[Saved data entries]

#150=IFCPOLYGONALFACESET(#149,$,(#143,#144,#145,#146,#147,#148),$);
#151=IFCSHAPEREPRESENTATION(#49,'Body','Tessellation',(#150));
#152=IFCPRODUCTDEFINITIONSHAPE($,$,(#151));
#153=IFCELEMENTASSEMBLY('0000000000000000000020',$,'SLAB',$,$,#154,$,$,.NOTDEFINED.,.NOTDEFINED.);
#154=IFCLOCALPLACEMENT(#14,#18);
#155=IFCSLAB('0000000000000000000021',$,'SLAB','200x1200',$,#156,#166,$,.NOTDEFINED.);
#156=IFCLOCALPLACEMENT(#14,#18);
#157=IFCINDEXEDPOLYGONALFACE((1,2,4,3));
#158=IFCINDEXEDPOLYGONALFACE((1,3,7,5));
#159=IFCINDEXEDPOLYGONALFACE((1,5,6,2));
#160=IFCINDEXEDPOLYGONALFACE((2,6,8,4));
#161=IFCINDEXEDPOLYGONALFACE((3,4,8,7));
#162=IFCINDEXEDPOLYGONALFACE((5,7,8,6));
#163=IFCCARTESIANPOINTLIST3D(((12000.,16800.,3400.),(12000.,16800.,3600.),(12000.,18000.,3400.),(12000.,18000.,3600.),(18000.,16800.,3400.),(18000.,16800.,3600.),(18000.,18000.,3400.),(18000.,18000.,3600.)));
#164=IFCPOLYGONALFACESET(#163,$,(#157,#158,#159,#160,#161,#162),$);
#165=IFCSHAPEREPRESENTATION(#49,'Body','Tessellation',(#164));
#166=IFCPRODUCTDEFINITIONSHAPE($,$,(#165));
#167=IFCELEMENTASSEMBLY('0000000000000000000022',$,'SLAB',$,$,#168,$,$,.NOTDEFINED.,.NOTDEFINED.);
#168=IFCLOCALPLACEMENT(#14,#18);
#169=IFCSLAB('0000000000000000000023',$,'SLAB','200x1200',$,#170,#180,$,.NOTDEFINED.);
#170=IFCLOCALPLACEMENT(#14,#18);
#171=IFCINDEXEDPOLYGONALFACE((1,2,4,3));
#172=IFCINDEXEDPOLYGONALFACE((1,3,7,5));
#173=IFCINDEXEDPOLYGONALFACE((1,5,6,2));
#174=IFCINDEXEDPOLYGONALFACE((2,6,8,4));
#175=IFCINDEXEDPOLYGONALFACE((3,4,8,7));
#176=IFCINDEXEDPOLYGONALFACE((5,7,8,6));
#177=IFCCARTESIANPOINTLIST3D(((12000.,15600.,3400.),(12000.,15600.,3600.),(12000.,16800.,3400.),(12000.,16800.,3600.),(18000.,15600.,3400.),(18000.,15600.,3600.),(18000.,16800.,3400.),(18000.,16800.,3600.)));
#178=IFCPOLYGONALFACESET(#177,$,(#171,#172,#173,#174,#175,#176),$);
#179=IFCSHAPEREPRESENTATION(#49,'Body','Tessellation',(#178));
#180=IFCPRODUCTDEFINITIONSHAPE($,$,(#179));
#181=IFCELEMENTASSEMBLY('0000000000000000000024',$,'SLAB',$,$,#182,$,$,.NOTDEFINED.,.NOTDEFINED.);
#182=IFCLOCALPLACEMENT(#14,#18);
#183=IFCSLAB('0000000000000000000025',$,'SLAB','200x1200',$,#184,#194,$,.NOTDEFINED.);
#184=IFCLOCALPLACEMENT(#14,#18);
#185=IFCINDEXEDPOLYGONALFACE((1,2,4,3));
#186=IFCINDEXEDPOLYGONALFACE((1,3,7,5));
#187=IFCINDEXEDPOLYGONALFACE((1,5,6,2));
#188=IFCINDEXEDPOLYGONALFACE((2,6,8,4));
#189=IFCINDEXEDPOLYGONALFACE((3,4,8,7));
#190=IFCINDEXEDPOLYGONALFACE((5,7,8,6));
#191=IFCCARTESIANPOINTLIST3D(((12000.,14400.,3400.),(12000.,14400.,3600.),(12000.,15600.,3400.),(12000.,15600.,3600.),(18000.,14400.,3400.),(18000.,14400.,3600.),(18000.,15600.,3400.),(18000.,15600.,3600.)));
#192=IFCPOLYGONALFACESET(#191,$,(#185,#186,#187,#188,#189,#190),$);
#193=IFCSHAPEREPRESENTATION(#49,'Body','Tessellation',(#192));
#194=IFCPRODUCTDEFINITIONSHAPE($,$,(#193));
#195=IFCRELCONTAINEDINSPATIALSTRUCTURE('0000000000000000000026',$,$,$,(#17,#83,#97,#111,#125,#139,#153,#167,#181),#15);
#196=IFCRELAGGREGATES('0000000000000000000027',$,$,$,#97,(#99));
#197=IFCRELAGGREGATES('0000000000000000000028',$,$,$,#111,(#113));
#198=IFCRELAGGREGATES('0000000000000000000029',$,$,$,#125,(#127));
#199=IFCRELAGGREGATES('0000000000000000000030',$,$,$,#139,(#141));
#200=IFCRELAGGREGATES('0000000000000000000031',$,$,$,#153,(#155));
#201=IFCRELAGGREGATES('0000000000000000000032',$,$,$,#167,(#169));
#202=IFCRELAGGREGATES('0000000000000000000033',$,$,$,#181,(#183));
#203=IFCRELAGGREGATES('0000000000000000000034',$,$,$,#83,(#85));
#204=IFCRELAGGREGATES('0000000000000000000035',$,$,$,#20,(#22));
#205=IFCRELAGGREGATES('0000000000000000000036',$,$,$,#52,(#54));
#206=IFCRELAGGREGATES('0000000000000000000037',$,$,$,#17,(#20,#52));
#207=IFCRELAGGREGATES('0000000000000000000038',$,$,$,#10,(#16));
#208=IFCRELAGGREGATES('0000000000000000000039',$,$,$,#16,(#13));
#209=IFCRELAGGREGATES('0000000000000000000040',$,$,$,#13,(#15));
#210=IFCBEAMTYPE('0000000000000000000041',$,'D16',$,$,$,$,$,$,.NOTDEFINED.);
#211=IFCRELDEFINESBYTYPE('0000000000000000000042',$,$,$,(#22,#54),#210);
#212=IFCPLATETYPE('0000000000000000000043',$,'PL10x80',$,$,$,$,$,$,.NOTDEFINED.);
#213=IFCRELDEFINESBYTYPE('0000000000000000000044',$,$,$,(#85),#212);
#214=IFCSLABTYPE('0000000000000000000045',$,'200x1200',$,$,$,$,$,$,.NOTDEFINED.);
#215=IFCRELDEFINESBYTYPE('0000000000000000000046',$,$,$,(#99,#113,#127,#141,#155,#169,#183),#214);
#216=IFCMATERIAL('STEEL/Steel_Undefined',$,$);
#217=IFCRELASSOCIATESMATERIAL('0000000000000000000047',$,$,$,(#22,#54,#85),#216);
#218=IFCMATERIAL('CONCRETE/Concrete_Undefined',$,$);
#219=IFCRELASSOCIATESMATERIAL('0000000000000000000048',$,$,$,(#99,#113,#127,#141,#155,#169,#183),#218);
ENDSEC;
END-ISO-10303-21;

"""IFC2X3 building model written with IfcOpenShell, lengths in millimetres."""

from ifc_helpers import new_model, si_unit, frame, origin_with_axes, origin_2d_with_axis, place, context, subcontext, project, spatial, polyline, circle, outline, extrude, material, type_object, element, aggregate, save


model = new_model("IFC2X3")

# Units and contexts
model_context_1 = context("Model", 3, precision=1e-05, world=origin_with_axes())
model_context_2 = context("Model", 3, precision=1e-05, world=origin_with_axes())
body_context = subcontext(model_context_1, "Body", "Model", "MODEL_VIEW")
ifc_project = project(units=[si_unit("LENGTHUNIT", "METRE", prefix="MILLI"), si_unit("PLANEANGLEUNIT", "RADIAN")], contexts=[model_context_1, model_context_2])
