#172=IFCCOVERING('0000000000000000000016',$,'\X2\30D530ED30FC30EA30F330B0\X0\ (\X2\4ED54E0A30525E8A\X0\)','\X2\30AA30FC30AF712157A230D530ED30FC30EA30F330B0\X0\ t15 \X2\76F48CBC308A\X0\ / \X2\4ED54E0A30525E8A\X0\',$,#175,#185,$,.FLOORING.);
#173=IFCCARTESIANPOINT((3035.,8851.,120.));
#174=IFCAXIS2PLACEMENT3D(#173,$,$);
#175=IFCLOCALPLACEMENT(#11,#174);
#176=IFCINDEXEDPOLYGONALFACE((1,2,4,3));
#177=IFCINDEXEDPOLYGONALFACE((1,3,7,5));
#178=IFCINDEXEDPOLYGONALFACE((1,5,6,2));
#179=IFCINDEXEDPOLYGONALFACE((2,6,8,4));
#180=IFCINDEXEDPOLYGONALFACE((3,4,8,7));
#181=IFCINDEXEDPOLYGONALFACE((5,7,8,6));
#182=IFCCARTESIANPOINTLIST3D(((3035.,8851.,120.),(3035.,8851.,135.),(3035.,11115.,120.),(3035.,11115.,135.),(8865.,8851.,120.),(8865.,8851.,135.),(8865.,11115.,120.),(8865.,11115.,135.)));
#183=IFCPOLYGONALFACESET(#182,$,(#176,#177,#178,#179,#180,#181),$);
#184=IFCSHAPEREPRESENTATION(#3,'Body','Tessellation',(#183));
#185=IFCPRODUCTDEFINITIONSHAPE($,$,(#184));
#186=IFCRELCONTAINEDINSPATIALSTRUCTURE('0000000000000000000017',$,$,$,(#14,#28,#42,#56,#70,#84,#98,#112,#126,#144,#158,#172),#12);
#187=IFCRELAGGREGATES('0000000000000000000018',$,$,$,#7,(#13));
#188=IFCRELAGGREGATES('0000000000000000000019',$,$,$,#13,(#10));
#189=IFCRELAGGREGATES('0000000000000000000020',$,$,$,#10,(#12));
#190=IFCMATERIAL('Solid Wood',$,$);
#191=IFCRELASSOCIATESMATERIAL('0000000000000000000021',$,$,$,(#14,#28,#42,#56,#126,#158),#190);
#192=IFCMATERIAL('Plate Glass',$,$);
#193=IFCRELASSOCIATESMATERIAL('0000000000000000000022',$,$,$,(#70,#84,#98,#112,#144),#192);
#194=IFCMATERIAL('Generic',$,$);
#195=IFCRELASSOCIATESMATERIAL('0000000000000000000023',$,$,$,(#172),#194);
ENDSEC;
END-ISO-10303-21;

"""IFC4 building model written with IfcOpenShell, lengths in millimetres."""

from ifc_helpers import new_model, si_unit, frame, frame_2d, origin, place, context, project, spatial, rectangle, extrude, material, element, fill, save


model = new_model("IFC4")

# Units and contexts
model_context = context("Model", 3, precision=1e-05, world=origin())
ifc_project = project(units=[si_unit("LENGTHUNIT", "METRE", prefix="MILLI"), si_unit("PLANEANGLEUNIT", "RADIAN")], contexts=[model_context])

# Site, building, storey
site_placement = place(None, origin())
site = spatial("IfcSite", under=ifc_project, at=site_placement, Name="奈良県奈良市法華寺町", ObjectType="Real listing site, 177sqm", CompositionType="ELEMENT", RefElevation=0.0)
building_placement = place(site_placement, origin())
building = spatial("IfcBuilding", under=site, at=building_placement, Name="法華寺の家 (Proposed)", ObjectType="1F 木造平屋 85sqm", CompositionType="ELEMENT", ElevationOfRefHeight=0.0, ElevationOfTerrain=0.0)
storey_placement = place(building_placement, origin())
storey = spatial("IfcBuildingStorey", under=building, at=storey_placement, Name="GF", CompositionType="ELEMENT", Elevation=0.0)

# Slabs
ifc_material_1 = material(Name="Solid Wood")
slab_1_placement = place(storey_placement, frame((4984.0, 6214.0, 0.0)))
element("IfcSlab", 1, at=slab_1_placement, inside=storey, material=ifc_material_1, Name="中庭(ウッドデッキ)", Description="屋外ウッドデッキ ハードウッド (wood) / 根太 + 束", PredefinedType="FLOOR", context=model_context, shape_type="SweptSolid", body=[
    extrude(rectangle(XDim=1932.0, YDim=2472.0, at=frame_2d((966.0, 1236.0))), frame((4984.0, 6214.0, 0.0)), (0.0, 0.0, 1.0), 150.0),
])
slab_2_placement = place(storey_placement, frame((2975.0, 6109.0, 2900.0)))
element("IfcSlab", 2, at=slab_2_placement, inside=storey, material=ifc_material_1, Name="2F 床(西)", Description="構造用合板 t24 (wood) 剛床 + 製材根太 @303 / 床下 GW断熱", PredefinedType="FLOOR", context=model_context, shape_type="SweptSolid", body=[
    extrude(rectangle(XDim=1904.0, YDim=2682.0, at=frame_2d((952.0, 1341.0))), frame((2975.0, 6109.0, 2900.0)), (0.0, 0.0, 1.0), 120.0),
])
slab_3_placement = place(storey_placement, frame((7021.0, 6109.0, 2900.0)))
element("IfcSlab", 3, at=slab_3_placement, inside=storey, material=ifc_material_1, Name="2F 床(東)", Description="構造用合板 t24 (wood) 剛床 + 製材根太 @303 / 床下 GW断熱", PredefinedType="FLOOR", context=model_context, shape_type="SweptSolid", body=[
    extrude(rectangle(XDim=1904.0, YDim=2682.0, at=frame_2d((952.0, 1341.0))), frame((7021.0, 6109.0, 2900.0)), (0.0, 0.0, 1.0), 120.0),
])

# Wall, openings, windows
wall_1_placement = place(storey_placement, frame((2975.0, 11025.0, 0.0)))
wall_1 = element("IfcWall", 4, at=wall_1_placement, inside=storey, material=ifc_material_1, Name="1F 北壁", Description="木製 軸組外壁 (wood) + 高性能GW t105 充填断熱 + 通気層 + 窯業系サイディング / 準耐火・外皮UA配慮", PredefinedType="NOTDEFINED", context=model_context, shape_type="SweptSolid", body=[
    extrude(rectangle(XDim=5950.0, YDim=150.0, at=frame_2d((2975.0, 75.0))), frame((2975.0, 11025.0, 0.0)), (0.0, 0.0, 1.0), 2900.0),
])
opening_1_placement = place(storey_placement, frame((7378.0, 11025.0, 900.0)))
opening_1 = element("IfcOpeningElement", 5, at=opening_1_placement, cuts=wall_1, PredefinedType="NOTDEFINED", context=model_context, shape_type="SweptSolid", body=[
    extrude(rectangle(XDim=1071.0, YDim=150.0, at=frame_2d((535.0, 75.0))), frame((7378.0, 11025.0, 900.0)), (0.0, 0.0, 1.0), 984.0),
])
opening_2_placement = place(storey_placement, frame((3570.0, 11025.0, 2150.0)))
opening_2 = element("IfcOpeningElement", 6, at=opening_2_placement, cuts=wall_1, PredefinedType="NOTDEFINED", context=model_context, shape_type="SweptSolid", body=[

» **Task requirements**
Among the lines of the preceding data, which ones hold the word "YDim"? List them.

» **Answer space**
    extrude(rectangle(XDim=1932.0, YDim=2472.0, at=frame_2d((966.0, 1236.0))), frame((4984.0, 6214.0, 0.0)), (0.0, 0.0, 1.0), 150.0),
    extrude(rectangle(XDim=1904.0, YDim=2682.0, at=frame_2d((952.0, 1341.0))), frame((2975.0, 6109.0, 2900.0)), (0.0, 0.0, 1.0), 120.0),
    extrude(rectangle(XDim=1904.0, YDim=2682.0, at=frame_2d((952.0, 1341.0))), frame((7021.0, 6109.0, 2900.0)), (0.0, 0.0, 1.0), 120.0),
    extrude(rectangle(XDim=5950.0, YDim=150.0, at=frame_2d((2975.0, 75.0))), frame((2975.0, 11025.0, 0.0)), (0.0, 0.0, 1.0), 2900.0),
    extrude(rectangle(XDim=1071.0, YDim=150.0, at=frame_2d((535.0, 75.0))), frame((7378.0, 11025.0, 900.0)), (0.0, 0.0, 1.0), 984.0),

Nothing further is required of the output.